2. Use the canvasDataCli list and grab operations. The list operation lists all available daily dumps, so will go back more than a month. The requests*.gz files downloaded using the grab operation have a numerical prefix which identifies the dump they are from. The problem here is that the grab operation doesn't save the files into the appropriate directories under dataFiles, so that has to be done manually before the unpack operation.
We use an Oracle database, so the quantity of data is not an issue. We load requests data daily into a table partitioned on timestamp_month. Including the partitioning column in the query therefore only uses the appropriate partition(s). This also makes pruning of obsolete data simple.
Regards,
Stuart.
Brian,
I really do not mess with the requests table all that much. At the request of course designers, I have compared page designs to see which yields higher page requests and also used it in cases where the question of specific student actions come up. At present I have one report which identifies if instructors have set up certain parts of the class before the start date by identifying if their user_Id has records with specific pages..
In all of those cases I never download the entire request table. I typically query the Redshift db directly with very specific "where" parameters. In the the future, if I have to download say a month's worth of data I am going to use the "import-csv" command in powershell and basically write a script to get what I need out of it.
Only other thing I will mention is using the CLI tool gets everything in real quick and small. You'd still have to unpack it though.
Hi Brian,
I don’t download the requests table but it’s available to me in a “data lake”. I access it using Alteryx and recently used this to obtain lists of unique activity dates per student. From this I can calculate the percentage of days a student was active within a course and also the average gaps between active days.
These scatter charts show the final mark in three different courses against Activity Score (%age of active days)…

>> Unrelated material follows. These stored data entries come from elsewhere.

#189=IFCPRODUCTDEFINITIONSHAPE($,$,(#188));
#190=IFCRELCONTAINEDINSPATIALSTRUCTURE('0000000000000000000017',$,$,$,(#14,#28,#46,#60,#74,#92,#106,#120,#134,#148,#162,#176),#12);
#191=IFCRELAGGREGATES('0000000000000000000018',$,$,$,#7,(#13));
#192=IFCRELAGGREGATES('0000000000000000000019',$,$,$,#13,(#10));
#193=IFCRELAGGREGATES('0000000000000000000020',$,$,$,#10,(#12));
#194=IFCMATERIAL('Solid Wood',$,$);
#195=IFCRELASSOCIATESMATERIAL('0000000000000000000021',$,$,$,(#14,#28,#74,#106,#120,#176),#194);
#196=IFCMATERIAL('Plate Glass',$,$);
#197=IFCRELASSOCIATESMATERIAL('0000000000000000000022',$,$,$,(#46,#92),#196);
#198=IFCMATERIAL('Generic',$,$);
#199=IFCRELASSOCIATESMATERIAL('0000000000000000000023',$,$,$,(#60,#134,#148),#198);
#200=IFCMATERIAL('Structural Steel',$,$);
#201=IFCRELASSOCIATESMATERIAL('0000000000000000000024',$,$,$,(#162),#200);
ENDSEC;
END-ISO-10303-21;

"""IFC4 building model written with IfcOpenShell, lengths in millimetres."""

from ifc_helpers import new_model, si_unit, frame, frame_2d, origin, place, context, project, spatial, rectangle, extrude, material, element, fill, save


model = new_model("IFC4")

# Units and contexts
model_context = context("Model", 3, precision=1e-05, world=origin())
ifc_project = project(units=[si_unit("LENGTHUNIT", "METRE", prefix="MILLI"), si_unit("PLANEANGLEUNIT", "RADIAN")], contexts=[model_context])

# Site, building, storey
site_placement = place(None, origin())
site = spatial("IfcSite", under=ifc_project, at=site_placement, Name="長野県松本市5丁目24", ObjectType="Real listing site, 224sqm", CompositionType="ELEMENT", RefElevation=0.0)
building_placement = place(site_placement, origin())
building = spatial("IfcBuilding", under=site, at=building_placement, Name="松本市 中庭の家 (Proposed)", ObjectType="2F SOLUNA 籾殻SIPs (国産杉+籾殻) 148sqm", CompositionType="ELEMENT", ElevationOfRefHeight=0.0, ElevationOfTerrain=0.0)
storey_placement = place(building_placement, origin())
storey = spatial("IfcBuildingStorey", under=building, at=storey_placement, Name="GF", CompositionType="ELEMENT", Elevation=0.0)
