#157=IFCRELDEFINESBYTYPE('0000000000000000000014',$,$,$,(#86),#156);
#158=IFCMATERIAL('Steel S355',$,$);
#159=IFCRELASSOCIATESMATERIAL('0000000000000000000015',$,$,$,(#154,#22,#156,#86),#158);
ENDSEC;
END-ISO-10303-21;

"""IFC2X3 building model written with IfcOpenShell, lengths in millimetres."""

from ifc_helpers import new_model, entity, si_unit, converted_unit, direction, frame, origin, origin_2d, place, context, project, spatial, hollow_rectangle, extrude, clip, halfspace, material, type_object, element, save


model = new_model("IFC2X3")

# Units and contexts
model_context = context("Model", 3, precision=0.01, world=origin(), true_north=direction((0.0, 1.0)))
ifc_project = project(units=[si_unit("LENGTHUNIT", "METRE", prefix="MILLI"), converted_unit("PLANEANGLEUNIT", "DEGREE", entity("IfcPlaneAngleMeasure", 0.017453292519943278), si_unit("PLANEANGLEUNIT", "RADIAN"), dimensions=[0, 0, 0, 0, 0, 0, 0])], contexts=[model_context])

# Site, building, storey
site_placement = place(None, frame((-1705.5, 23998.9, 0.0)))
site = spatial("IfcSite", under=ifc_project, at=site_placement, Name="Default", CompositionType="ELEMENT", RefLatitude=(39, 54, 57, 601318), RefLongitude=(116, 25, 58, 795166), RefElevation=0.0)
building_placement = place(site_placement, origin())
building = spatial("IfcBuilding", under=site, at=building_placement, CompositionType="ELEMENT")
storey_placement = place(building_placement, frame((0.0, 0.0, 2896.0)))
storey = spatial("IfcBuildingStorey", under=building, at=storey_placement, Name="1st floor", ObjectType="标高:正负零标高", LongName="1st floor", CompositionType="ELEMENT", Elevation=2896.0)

…and the Merged Activity Score (%age of active days-Average Gap+100/2).
By grouping students into 4 buckets using Merged Activity Scores, this 100% Stacked Chart shows the varying ratios of final grades.
At the very beginning we also imported all the data from the request tables. Pretty soon it became really painful to query that table, and we do not have unlimited hardware resource for that as well. Meanwhile, I figured a lot of information that I am looking for actually can be retrieved via Canvas Analytics API. Therefore, we decided to skip requests table in the cron job. Of course, in some cases, we do need to use the data in the requests table, then we extract the requests table data based on course_ids into another table. Since that table is much smaller, we finally find a balance for our instance.